There is a thick file sitting on the Pope's desk. Every day it gets bigger due to new memorandums. On its cover is says “China.”
The Church cut off diplomatic ties with China back in 1951. Not only. Since then, the Catholic Church has been persecuted by the regime. The Chinese government first created the Patriotic association, a sort of official Chinese church that for decades self-nominated bishops that were never recognized by the Pope.
Members of the Roman Church in China – today about be 12 million, but estimated to grow to 20 million by 2020 – live in a sort of clandestine limbo: the so called underground church.
Yet today things have slightly changed: Beijing tolerates this underground church a little more and has eased the intensity of the persecution.
This lighter approach gathered momentum after the nomination of Xi Jinping as the president of China, and of Francis, as Pope. The latter nominated Cardinal Pietro Parolin as Secretary of State. Parolin is very well know and well regarded in China due to the work he conducted between 2002 and 2009 that brought him a close to reaching an agreement with China.
Parolin was removed by Secretary of State Tarciso Bertone (who decided to nominate monsignor Ettore Balestrero, the current apostolic nunciature of Colombia) and negotiations faltered soon after.
Today the conditions for an agreement are in place. The pope continues to send signals of pacification that Beijing responds to and also amplifies. A few months ago a Chinese delegations secretly arrived in Rome to present the outlines of a potential agreement.

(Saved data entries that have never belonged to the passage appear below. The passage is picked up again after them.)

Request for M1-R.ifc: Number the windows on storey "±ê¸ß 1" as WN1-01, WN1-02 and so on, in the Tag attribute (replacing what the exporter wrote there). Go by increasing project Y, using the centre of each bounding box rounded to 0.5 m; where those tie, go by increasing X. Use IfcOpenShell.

First a look at what the model holds.

```python
import ifcopenshell
import ifcopenshell.util.element
import ifcopenshell.util.placement

model = ifcopenshell.open("M1-R.ifc")
print(model.schema)
storey = next(s for s in model.by_type("IfcBuildingStorey") if s.Name == "±ê¸ß 1")
windows = [e for e in ifcopenshell.util.element.get_decomposition(storey) if e.is_a("IfcWindow")]
for e in sorted(windows, key=lambda e: e.id()):
    origin = ifcopenshell.util.placement.get_local_placement(e.ObjectPlacement)[:3, 3]
    print(e.id(), e.Tag, e.Name, origin.round(2) + 0.0, sep=" | ")
```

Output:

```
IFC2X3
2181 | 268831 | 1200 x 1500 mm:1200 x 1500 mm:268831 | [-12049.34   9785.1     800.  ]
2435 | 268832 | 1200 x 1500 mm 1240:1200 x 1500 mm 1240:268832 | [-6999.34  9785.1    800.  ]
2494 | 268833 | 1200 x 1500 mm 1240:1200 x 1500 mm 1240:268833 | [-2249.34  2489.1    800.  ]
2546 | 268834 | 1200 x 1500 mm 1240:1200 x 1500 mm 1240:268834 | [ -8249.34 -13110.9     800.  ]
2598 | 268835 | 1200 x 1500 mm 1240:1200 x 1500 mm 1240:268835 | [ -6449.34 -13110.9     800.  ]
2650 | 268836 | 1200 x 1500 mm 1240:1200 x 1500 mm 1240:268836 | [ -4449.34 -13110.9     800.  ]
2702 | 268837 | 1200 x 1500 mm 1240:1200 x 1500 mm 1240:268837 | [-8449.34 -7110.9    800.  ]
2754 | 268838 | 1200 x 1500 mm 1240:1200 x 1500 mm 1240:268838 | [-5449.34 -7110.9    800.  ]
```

```python
import ifcopenshell
import ifcopenshell.geom
import ifcopenshell.util.element
import ifcopenshell.util.shape

model = ifcopenshell.open("M1-R.ifc")
settings = ifcopenshell.geom.settings()
settings.set("use-world-coords", True)


def centre(element):
    shape = ifcopenshell.geom.create_shape(settings, element)
    return ifcopenshell.util.shape.get_bbox_centroid(shape.geometry)


storey = next(s for s in model.by_type("IfcBuildingStorey") if s.Name == "±ê¸ß 1")
windows = [e for e in ifcopenshell.util.element.get_decomposition(storey) if e.is_a("IfcWindow")]

# Insertion points can sit at a corner or the storey origin, so sort by the geometry (in metres).
centres = {e: centre(e) for e in windows}
windows.sort(key=lambda e: (round(centres[e][1] / 0.5), centres[e][0]))

for i, e in enumerate(windows, start=1):
    number = f"WN1-{i:02d}"
    e.Tag = number
    print(e.id(), number)

model.write("M1-R_rev.ifc")
```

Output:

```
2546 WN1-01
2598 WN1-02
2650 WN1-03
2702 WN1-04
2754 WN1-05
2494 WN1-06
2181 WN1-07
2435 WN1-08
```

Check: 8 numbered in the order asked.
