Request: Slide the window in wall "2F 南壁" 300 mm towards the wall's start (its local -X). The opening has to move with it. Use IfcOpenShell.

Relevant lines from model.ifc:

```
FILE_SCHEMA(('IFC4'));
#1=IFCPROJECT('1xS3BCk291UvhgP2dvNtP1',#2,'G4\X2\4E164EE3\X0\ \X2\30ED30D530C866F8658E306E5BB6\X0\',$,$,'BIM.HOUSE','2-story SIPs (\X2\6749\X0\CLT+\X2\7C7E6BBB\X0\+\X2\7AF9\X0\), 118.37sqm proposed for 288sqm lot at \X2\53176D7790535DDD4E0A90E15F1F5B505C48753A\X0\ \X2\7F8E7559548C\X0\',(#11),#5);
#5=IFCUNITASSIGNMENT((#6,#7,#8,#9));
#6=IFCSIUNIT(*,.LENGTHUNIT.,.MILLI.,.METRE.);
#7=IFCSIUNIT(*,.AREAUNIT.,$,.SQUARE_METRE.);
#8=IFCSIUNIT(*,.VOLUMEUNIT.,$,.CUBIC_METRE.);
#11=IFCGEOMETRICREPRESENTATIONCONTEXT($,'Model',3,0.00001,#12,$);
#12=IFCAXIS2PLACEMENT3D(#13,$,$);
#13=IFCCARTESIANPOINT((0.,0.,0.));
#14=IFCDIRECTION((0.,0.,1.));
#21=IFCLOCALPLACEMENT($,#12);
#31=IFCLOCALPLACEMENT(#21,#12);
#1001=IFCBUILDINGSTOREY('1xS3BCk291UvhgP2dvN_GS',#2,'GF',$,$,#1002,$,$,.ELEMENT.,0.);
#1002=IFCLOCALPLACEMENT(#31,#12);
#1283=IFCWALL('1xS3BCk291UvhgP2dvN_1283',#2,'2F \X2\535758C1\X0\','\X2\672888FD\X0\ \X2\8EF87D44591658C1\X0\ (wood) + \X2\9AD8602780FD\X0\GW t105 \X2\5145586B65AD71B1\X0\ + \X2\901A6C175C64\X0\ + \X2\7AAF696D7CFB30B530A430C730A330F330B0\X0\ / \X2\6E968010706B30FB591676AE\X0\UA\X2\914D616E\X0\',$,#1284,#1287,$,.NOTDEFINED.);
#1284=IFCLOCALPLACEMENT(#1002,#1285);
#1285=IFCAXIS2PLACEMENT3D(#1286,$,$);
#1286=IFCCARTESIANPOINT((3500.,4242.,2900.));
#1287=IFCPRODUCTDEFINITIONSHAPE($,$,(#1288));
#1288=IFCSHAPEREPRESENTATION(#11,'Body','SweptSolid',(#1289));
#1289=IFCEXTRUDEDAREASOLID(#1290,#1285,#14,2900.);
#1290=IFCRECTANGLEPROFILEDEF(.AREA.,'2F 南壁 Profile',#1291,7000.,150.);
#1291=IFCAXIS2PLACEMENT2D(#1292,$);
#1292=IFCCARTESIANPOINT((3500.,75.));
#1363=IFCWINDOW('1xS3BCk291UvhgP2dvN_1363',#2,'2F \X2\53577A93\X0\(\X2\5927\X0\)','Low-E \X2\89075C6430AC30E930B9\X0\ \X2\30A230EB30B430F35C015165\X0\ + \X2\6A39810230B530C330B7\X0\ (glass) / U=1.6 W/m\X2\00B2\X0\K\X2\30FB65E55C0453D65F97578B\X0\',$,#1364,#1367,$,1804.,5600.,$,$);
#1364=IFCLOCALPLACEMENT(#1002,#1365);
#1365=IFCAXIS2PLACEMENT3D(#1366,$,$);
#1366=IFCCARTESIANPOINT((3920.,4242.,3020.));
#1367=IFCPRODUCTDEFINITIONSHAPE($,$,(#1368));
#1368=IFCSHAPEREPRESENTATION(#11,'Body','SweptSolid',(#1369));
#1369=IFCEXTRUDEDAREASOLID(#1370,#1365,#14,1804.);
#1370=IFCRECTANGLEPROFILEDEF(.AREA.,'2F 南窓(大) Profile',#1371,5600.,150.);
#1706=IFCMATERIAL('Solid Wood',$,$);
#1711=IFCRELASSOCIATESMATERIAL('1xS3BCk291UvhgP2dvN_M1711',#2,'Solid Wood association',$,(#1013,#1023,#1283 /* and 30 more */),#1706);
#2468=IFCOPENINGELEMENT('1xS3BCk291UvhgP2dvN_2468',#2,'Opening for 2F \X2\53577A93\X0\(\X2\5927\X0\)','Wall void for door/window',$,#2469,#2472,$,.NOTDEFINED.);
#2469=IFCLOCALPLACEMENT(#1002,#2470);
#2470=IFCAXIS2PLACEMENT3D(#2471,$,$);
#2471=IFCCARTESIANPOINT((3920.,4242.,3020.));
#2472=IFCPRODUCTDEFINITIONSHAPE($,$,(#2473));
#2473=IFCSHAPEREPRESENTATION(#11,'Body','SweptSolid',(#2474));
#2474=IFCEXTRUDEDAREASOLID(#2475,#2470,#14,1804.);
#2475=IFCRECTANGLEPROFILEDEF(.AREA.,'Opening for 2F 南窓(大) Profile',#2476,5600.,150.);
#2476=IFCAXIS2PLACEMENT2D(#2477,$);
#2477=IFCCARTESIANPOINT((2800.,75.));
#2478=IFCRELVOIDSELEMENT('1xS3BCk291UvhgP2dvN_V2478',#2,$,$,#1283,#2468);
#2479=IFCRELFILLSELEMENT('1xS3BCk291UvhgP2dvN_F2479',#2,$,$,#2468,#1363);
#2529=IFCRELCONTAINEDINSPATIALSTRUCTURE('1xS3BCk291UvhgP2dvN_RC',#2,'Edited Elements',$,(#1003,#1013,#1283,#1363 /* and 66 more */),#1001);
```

```python
import ifcopenshell
import ifcopenshell.api.geometry
import ifcopenshell.util.placement

model = ifcopenshell.open("model.ifc")

window = model.by_guid("1xS3BCk291UvhgP2dvN_1363")
opening = window.FillsVoids[0].RelatingOpeningElement
wall = opening.VoidsElements[0].RelatingBuildingElement

wall_matrix = ifcopenshell.util.placement.get_local_placement(wall.ObjectPlacement)
shift = wall_matrix[:3, 0] * -300.0
before = ifcopenshell.util.placement.get_local_placement(window.ObjectPlacement)[:3, 3].copy()

# The window is not placed relative to its opening, so move both.
for product in (opening, window):
    matrix = ifcopenshell.util.placement.get_local_placement(product.ObjectPlacement)
    matrix[:3, 3] += shift
    ifcopenshell.api.geometry.edit_object_placement(model, product=product, matrix=matrix, is_si=False)

after = ifcopenshell.util.placement.get_local_placement(window.ObjectPlacement)[:3, 3]
print("window moved by", (after - before).round(3) + 0.0)

model.write("model-out.ifc")
```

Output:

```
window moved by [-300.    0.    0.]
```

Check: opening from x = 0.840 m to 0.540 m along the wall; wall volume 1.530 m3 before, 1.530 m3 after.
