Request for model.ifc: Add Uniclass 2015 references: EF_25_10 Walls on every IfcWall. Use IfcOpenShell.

First a look at what the model holds.

```python
import ifcopenshell

model = ifcopenshell.open("model.ifc")
print(model.schema)
print("classifications:", [c.Name for c in model.by_type("IfcClassification")])
for ifc_class in ("IfcDoor", "IfcRoof", "IfcStair", "IfcWall", "IfcWindow"):
    print(ifc_class, len(model.by_type(ifc_class)))
```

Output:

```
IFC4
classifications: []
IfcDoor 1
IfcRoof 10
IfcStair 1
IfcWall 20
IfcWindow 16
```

```python
import ifcopenshell
import ifcopenshell.api.classification

model = ifcopenshell.open("model.ifc")

system = ifcopenshell.api.classification.add_classification(model, classification="Uniclass 2015")

codes = {
    "IfcWall": ("EF_25_10", "Walls"),
}
for ifc_class, (code, name) in codes.items():
    products = model.by_type(ifc_class)
    ifcopenshell.api.classification.add_reference(
        model, products=products, classification=system, identification=code, name=name
    )
    print(code, len(products))

model.write("model_edited.ifc")
```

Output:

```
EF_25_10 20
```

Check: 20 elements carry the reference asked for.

Inside the Vatican not everyone agrees with the Pope and with Parolin. Pope Francis is running into resistance motivated in part by hostility against China per se, and in part as an opposition to his reformist agenda.
“Resistance to the Pope comes not only in relation to family issues or to the reform of the Roman Curia. Now even China is used as a pretext,” a Vatican source explained.
Against all forms of opening to China is Cardinal Zen, one of the symbols of the recent Hong Kong protest. Around him have gathered a number of bishops opposing an opening to Beijing. These include the powerful Propaganda Fide lead by the Cardinal Fernando Filoni and his deputy, the Chinese Salesian bishop Savio Hon.
The last chapter of this intricate story unfolds with two recent interviews given by two “clandestine bishops” (two bishops that have already been arrested in China and are therefore above all suspicion) Giuseppe Wei Jingyi and Giuseppe Han Zhi-hai. The interviews were published by Vatican Insider, a newspaper written in both English and Chinese. The two bishops stated they are interested in the new climate of dialogue that is forming between China and the Vatican.
Cardinal Zen criticised these interviews as well as Parolin. Referring to the cardinal he said that he represents those who are “too involved in compromises” and have already “given up too much.”
For Pope Francis, China represents a two-level challenge: the global geopolitical one and the internal one where the opposition is trying to find every possible way to pressure the pope.
The next few months might see a number of new developments: in September the Pope will be in the US and will meet with president Obama. During the same period, the US president will meet his Chinese counterpart, Xi Jinping. A meeting with all three figures is almost a “sci-fi” scenario, but it's possible that something will move in that direction. Bergoglio has accustomed everyone to surprises.